Oleh: Alfred B. Jogo Ena

#pentigraf; #fiksimini; #cerpen

Gawai milik Romo Pedro bergetar. Ia biarkan saja. Tidak enak makan bersama sambil membuka gawai. Lagipula ada kesepakatan bersama untuk tidak membawa gawai saat di meja makan. Ia nampak tergesa-gesa menyantap nasi rendang kiriman dari umat yang dapat giliran. Romo senior yang sudah mulai banyak makan larangan (apa-apa dilarang karena kesehatan) hanya menikmati sup kentang yang diblender.

Seusai sarapan Romo Pedro lanjut membaca koran pagi. Kekerasan rumah tangga oleh seorang artis dan kasus Kanjuruhan masih menjadi berita utama koran-koran ibukota. Saling lempar tanggung jawab masih menjadi ciri khas para pelaku yang terlibat. Entah sampai kapan akan muncul seorang pemimpin yang sungguh berani tampil di depan publik mengaku bertanggung jawab seperti dulu mereka berjanji kala memperebutkan jabatan-jabatan itu. Ia ikutan emosi membaca berita yang itu-itu saja. Gawainya kembali bergetar. Romo, aku mau mengaku dosa. Demikian pesan yang dikirim oleh Indri, sang umat yang kirim nasi rendang tadi.

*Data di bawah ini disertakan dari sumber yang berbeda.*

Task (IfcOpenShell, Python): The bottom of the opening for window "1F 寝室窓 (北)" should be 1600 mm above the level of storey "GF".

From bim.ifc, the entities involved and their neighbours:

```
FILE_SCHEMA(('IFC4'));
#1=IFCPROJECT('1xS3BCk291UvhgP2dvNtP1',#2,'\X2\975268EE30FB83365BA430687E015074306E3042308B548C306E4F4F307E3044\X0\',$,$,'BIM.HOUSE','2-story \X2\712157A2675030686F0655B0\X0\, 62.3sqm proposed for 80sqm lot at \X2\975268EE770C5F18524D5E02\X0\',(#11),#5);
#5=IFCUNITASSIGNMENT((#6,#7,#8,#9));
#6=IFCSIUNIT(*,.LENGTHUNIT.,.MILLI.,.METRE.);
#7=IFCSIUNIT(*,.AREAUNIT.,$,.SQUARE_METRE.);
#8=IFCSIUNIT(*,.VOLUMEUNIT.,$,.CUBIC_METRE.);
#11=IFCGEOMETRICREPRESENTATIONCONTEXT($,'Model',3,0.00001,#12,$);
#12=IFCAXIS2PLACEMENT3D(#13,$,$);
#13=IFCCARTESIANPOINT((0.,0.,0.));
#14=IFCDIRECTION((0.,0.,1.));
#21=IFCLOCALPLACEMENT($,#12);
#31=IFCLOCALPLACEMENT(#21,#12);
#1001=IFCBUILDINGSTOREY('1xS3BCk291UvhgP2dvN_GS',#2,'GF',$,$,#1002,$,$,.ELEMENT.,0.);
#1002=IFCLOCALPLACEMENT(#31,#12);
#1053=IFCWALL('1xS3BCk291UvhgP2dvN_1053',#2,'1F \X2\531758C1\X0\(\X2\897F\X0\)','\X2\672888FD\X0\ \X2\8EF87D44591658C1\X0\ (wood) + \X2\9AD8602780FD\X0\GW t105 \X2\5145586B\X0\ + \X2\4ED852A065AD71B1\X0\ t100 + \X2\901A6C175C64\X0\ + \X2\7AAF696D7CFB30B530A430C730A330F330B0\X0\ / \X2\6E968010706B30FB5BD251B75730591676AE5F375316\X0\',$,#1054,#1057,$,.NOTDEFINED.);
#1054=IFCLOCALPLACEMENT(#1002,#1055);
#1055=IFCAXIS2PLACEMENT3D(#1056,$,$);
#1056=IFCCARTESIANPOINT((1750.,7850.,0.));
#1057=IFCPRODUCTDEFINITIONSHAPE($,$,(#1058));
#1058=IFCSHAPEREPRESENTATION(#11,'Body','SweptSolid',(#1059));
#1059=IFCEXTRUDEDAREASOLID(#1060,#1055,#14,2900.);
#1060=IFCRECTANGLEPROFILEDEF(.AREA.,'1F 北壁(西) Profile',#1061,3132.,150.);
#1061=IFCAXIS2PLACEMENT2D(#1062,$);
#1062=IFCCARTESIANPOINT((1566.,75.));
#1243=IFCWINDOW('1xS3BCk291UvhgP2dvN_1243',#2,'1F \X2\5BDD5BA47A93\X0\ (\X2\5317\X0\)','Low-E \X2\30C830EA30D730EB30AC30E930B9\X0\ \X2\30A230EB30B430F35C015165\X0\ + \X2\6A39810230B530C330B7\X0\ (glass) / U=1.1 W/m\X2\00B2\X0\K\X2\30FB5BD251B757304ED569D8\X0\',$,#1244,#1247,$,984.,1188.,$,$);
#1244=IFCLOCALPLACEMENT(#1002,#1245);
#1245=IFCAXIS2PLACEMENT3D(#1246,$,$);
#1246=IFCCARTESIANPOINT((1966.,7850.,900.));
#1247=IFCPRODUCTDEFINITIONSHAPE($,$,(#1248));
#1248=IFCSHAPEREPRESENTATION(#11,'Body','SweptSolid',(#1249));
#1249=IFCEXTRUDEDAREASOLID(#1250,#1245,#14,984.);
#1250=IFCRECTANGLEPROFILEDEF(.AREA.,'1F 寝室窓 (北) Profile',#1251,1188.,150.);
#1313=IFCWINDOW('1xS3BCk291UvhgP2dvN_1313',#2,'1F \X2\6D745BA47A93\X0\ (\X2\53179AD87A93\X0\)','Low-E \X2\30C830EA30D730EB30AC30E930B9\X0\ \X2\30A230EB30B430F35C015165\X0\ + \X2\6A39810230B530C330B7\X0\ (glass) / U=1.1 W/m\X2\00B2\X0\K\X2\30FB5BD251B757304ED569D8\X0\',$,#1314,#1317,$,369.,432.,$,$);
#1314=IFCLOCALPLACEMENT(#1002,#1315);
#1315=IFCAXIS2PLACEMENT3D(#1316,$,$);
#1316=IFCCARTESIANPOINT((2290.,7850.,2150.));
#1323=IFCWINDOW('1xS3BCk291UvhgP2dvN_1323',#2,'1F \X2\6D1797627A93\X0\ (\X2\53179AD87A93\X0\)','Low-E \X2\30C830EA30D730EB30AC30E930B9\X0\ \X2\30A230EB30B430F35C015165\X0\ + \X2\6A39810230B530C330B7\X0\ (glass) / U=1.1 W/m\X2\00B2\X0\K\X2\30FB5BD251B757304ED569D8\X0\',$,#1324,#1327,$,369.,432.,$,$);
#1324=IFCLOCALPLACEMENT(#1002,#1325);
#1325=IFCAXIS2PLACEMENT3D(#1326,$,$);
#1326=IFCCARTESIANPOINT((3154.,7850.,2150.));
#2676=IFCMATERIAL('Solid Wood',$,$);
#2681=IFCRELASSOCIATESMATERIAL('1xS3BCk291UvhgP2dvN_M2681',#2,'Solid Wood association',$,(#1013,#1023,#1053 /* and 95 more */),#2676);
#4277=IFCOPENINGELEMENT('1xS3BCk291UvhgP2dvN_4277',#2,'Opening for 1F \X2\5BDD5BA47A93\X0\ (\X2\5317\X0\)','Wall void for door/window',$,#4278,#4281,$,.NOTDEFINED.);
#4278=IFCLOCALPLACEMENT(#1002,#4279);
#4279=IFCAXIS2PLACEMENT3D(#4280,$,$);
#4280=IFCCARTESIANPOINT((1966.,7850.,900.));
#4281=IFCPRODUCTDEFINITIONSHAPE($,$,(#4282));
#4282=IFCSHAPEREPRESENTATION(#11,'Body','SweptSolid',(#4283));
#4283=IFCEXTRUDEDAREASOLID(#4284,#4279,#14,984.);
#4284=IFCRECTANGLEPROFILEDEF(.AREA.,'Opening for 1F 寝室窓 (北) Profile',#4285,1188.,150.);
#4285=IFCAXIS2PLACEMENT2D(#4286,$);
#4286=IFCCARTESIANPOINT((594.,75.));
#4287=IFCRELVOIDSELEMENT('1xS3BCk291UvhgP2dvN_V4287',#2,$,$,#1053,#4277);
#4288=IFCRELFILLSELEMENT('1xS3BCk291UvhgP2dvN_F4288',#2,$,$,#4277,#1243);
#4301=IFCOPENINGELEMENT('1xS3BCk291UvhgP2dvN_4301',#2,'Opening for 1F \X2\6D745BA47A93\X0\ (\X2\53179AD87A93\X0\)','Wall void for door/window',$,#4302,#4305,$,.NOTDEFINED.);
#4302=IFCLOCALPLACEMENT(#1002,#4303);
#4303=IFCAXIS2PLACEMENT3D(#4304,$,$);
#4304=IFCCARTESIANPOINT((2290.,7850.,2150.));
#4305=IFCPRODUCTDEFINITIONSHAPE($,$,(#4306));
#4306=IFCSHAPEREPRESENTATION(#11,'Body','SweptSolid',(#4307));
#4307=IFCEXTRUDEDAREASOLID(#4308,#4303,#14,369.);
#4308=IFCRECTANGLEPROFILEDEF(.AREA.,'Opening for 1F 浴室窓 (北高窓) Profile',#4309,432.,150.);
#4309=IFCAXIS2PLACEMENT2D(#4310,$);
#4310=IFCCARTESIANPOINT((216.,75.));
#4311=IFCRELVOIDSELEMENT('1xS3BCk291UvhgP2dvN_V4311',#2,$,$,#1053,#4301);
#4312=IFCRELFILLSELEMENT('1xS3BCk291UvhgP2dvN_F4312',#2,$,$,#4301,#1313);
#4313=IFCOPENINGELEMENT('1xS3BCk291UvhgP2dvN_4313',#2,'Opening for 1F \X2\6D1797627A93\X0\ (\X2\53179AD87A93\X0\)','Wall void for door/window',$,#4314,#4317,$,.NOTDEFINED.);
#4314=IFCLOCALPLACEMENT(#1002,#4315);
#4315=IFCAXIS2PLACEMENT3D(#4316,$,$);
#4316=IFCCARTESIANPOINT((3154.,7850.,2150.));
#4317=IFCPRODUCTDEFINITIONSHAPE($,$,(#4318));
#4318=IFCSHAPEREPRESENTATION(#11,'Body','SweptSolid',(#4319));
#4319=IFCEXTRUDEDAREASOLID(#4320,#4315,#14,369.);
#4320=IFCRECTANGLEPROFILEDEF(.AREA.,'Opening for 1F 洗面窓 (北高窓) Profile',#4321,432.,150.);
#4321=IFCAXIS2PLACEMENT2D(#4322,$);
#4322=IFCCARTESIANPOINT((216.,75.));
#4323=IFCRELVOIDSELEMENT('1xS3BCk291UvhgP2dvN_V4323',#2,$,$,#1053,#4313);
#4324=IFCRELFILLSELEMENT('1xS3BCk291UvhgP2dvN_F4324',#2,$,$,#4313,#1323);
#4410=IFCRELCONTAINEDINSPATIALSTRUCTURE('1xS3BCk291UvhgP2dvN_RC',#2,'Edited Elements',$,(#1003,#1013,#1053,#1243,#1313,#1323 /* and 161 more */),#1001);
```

```python
import numpy as np
import ifcopenshell
import ifcopenshell.api.geometry
import ifcopenshell.geom
import ifcopenshell.util.element
import ifcopenshell.util.placement
import ifcopenshell.util.shape
import ifcopenshell.util.unit

model = ifcopenshell.open("bim.ifc")
unit_scale = ifcopenshell.util.unit.calculate_unit_scale(model)

window = model.by_guid("1xS3BCk291UvhgP2dvN_1243")
opening = window.FillsVoids[0].RelatingOpeningElement
storey = ifcopenshell.util.element.get_container(window, ifc_class="IfcBuildingStorey")
level = ifcopenshell.util.placement.get_local_placement(storey.ObjectPlacement)[2, 3]

# The opening's origin need not be at the sill, so measure its lowest point.
shape = ifcopenshell.geom.create_shape(ifcopenshell.geom.settings(), opening)
bottom = ifcopenshell.util.shape.get_shape_bottom_elevation(shape, shape.geometry) / unit_scale
dz = level + 1600.0 - bottom

shift = np.array([0.0, 0.0, dz])
# The window is not placed relative to its opening, so move both.
for product in (opening, window):
    matrix = ifcopenshell.util.placement.get_local_placement(product.ObjectPlacement)
    matrix[:3, 3] += shift
    ifcopenshell.api.geometry.edit_object_placement(model, product=product, matrix=matrix, is_si=False)

print(f"moved by {dz * unit_scale:+.3f} m")

model.write("bim_rev.ifc")
```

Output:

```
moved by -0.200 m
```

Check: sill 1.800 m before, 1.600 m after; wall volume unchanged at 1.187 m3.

Di ruang pengakuan. Romo, tolong dengarkan jeritan hatiku. Aku tak bisa hidup tanpamu di sisiku. Aku jatuh cinta padamu. Demikianlah dosa-dosaku pada Allah, sesama, keluargaku dan padamu. Mari kita memulai dosa yang baru. Indri menangis di ruang pengakuan. Sejak peristiwa ruang pengakuan itu, Romo Pedro menghilang dari pastoran. Begitu juga dengan Indri menghilang dari hadapan suami dan ketiga anaknya. “Romo diculik oleh istri orang,” demikian gossip yang ramai diperbincangkan di paroki itu.